#### Task instructions:
Could you print exactly the lines of the listing below, starting at the line that has "#23=IFCINDEXEDPOLYGONALFACE((1,3,7,5));" and ending at the line that has "#45=IFCPOLYGONALFACESET(#44,$,(#38,#39,#40,#41,#42,#43),$);", and only those lines?

(Supplied material Opens)

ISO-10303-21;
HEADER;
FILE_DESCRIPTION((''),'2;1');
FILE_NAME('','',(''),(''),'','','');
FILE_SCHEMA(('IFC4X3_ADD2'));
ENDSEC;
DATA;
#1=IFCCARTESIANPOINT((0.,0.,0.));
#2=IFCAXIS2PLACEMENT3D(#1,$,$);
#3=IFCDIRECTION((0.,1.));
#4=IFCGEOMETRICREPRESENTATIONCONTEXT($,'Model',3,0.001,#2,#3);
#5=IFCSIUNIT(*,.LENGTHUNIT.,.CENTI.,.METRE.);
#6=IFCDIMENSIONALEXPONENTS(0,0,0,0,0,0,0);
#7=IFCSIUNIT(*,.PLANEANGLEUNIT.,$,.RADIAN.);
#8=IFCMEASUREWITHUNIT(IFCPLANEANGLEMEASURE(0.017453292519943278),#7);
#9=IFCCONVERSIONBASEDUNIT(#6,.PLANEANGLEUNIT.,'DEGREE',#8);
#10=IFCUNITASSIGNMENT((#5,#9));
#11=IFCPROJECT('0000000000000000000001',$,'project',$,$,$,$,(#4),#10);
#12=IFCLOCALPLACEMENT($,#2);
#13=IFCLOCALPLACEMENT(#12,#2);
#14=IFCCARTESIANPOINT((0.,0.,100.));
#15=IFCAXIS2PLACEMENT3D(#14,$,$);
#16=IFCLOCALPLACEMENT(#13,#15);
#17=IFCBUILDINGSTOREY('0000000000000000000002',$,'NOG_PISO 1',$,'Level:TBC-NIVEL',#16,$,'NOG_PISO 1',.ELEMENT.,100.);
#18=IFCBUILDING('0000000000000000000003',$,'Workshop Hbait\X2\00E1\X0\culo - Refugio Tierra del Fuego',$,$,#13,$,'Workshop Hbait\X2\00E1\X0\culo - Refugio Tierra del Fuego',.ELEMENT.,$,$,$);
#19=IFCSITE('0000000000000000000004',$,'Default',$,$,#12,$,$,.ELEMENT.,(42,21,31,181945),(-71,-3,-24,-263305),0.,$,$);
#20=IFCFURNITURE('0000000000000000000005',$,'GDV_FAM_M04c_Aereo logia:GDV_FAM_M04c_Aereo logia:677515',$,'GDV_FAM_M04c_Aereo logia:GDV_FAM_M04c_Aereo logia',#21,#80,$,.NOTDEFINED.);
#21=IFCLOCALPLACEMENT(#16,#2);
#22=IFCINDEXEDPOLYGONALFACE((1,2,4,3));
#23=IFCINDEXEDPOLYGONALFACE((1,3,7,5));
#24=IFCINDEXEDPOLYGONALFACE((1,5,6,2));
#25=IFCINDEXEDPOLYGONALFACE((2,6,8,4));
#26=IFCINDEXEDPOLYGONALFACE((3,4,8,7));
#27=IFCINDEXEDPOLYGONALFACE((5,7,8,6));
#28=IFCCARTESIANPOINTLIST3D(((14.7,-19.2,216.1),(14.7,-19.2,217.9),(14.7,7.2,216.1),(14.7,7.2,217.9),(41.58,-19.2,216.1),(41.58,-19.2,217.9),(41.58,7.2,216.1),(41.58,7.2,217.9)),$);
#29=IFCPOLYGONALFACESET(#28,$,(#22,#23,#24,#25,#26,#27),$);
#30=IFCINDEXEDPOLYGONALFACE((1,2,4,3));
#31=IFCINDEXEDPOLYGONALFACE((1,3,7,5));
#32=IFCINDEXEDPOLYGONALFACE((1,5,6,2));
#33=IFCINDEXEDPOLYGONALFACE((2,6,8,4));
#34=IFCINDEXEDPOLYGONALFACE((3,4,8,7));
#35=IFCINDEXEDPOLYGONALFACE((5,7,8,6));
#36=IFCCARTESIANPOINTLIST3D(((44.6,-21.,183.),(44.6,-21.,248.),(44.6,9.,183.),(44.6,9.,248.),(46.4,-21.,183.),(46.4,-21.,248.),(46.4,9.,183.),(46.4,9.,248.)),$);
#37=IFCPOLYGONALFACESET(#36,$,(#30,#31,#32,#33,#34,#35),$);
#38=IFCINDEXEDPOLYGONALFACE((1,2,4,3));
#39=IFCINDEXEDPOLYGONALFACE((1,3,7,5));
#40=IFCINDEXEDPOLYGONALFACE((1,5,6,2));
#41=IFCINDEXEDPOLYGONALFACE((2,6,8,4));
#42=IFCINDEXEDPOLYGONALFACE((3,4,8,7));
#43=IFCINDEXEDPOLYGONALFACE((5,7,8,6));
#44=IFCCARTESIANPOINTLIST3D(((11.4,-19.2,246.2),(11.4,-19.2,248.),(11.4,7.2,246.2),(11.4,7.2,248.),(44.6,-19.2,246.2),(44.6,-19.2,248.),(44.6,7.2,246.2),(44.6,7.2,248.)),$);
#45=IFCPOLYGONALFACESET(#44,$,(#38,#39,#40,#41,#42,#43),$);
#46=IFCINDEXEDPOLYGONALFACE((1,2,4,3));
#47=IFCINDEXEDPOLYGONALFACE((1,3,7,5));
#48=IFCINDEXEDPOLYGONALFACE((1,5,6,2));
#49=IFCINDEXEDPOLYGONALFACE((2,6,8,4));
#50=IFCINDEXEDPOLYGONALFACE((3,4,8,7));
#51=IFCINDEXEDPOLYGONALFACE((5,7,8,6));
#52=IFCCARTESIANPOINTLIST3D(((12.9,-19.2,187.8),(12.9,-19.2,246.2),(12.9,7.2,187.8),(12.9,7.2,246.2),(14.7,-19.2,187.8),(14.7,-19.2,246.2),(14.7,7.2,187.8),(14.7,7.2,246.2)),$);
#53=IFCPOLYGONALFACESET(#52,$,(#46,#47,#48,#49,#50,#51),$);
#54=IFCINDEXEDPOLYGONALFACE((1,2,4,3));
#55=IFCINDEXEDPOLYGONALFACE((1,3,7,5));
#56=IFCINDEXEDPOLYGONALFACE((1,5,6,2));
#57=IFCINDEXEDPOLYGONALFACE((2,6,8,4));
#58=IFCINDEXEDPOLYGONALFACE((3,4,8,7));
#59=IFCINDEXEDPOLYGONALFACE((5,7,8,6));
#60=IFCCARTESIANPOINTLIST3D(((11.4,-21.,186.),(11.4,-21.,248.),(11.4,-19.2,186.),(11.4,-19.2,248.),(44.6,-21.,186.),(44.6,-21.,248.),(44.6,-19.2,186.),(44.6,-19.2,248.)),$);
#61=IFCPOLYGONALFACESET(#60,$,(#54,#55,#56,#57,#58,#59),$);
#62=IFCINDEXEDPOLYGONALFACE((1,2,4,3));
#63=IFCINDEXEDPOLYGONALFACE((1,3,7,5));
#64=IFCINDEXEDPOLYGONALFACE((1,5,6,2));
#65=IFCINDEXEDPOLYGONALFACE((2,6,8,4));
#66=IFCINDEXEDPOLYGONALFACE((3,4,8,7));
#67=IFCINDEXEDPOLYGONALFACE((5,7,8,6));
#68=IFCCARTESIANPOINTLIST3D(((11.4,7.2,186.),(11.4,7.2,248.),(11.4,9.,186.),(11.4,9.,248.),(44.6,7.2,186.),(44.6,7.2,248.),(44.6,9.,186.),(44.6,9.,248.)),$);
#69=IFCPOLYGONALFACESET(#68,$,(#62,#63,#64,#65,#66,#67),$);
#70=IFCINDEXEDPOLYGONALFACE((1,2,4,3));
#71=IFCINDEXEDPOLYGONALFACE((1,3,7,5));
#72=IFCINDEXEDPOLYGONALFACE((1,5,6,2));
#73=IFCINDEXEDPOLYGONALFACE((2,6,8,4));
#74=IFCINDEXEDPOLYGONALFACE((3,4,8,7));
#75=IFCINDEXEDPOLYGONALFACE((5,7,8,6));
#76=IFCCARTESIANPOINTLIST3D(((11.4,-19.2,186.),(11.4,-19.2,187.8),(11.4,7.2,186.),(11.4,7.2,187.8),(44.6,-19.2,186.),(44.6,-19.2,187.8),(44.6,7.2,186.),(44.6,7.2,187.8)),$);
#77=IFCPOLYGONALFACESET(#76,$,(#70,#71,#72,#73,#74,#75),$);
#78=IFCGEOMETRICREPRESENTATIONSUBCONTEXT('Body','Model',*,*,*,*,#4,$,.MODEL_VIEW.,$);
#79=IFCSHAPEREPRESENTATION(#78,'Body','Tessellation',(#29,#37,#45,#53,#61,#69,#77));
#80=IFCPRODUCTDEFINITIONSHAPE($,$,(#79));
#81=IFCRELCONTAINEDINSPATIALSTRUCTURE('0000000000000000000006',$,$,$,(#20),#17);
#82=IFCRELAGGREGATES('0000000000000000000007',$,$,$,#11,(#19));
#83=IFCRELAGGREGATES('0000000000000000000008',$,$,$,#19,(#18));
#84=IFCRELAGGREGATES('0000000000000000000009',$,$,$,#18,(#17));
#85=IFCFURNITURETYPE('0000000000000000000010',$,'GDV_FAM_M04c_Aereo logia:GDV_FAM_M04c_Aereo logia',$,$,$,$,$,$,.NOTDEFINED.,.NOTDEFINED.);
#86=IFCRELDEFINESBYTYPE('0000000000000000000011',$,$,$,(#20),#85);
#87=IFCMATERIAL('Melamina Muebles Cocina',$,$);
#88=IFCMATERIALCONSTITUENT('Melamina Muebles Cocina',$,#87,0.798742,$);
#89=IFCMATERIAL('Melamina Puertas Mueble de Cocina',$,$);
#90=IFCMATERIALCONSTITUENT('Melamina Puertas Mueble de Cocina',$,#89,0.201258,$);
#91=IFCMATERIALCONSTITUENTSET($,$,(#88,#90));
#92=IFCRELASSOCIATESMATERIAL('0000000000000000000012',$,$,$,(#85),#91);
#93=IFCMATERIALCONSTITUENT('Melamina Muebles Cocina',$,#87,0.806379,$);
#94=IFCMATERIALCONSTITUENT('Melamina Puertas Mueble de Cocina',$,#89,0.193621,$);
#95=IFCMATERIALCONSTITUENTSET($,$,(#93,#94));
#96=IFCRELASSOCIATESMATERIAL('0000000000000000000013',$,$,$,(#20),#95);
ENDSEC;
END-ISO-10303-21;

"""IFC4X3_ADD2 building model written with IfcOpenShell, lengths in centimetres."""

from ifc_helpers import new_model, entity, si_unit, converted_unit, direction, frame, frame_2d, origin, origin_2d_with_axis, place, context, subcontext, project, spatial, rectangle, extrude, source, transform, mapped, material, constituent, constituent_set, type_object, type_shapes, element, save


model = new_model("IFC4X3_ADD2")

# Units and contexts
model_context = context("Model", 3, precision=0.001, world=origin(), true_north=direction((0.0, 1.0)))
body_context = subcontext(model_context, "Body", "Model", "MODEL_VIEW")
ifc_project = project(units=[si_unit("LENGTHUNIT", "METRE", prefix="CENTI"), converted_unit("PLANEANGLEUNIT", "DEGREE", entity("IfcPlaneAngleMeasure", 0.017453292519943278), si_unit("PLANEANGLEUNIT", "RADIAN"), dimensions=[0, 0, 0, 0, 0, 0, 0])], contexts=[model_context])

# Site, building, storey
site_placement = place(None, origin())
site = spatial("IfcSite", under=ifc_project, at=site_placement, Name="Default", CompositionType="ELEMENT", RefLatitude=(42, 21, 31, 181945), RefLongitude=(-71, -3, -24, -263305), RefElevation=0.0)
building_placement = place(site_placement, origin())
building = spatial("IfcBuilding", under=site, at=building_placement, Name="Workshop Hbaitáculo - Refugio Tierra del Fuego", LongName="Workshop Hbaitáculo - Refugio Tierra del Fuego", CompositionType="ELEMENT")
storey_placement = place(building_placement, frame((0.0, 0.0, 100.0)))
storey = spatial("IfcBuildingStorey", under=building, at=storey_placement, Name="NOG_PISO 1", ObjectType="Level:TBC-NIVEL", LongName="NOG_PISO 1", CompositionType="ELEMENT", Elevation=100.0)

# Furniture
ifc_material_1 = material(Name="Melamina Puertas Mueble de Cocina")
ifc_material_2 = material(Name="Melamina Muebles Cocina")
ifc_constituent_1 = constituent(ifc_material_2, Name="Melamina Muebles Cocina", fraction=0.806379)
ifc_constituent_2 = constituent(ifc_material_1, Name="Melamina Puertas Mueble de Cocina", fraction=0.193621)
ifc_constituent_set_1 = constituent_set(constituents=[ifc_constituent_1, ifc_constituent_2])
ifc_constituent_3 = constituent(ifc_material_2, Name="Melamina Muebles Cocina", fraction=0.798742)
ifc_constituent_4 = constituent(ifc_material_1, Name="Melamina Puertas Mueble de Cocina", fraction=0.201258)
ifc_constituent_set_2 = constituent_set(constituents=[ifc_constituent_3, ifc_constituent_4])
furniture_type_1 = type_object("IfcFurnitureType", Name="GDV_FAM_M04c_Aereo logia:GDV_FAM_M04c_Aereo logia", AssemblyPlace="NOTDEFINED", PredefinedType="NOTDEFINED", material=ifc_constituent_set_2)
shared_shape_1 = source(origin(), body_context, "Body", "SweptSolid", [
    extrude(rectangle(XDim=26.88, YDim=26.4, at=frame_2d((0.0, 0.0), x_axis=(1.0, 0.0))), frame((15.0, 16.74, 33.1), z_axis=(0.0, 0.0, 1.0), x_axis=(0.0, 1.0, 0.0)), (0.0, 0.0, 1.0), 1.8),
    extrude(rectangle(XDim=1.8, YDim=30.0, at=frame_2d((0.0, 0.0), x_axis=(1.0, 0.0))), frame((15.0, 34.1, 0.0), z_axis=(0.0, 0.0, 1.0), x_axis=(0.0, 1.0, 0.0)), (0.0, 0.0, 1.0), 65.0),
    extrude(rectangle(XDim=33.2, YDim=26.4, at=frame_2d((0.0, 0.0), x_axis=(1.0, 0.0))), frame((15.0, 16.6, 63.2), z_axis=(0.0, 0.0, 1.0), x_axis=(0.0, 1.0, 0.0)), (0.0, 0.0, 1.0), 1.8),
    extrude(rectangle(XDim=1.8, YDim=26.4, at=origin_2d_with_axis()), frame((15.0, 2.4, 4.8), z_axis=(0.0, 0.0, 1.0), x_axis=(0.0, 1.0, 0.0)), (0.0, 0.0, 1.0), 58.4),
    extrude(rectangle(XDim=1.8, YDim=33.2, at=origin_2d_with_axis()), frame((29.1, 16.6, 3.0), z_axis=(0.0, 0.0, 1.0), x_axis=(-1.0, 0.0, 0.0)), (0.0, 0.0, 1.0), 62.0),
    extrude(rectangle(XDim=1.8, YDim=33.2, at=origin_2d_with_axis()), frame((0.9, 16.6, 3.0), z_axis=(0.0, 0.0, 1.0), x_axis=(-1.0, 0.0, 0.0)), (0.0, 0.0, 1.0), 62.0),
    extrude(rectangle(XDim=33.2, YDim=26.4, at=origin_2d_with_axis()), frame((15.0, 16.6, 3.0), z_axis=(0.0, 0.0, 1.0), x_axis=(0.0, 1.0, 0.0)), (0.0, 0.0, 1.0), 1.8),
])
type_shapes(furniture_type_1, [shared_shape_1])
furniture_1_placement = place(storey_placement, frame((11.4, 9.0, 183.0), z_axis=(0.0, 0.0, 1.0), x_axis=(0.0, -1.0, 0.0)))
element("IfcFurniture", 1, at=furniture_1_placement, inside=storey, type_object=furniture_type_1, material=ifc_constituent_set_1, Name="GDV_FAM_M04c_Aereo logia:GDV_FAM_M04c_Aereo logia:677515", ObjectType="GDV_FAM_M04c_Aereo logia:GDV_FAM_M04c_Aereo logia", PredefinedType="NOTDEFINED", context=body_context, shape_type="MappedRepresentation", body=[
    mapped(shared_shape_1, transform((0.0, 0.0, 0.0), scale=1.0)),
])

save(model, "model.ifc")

(Supplied material Closes)

#### Worked solution:
#23=IFCINDEXEDPOLYGONALFACE((1,3,7,5));
#24=IFCINDEXEDPOLYGONALFACE((1,5,6,2));
#25=IFCINDEXEDPOLYGONALFACE((2,6,8,4));
#26=IFCINDEXEDPOLYGONALFACE((3,4,8,7));
#27=IFCINDEXEDPOLYGONALFACE((5,7,8,6));
#28=IFCCARTESIANPOINTLIST3D(((14.7,-19.2,216.1),(14.7,-19.2,217.9),(14.7,7.2,216.1),(14.7,7.2,217.9),(41.58,-19.2,216.1),(41.58,-19.2,217.9),(41.58,7.2,216.1),(41.58,7.2,217.9)),$);
#29=IFCPOLYGONALFACESET(#28,$,(#22,#23,#24,#25,#26,#27),$);
#30=IFCINDEXEDPOLYGONALFACE((1,2,4,3));
#31=IFCINDEXEDPOLYGONALFACE((1,3,7,5));
#32=IFCINDEXEDPOLYGONALFACE((1,5,6,2));
#33=IFCINDEXEDPOLYGONALFACE((2,6,8,4));
#34=IFCINDEXEDPOLYGONALFACE((3,4,8,7));
#35=IFCINDEXEDPOLYGONALFACE((5,7,8,6));
#36=IFCCARTESIANPOINTLIST3D(((44.6,-21.,183.),(44.6,-21.,248.),(44.6,9.,183.),(44.6,9.,248.),(46.4,-21.,183.),(46.4,-21.,248.),(46.4,9.,183.),(46.4,9.,248.)),$);
#37=IFCPOLYGONALFACESET(#36,$,(#30,#31,#32,#33,#34,#35),$);
#38=IFCINDEXEDPOLYGONALFACE((1,2,4,3));
#39=IFCINDEXEDPOLYGONALFACE((1,3,7,5));
#40=IFCINDEXEDPOLYGONALFACE((1,5,6,2));
#41=IFCINDEXEDPOLYGONALFACE((2,6,8,4));
#42=IFCINDEXEDPOLYGONALFACE((3,4,8,7));
#43=IFCINDEXEDPOLYGONALFACE((5,7,8,6));
#44=IFCCARTESIANPOINTLIST3D(((11.4,-19.2,246.2),(11.4,-19.2,248.),(11.4,7.2,246.2),(11.4,7.2,248.),(44.6,-19.2,246.2),(44.6,-19.2,248.),(44.6,7.2,246.2),(44.6,7.2,248.)),$);
#45=IFCPOLYGONALFACESET(#44,$,(#38,#39,#40,#41,#42,#43),$);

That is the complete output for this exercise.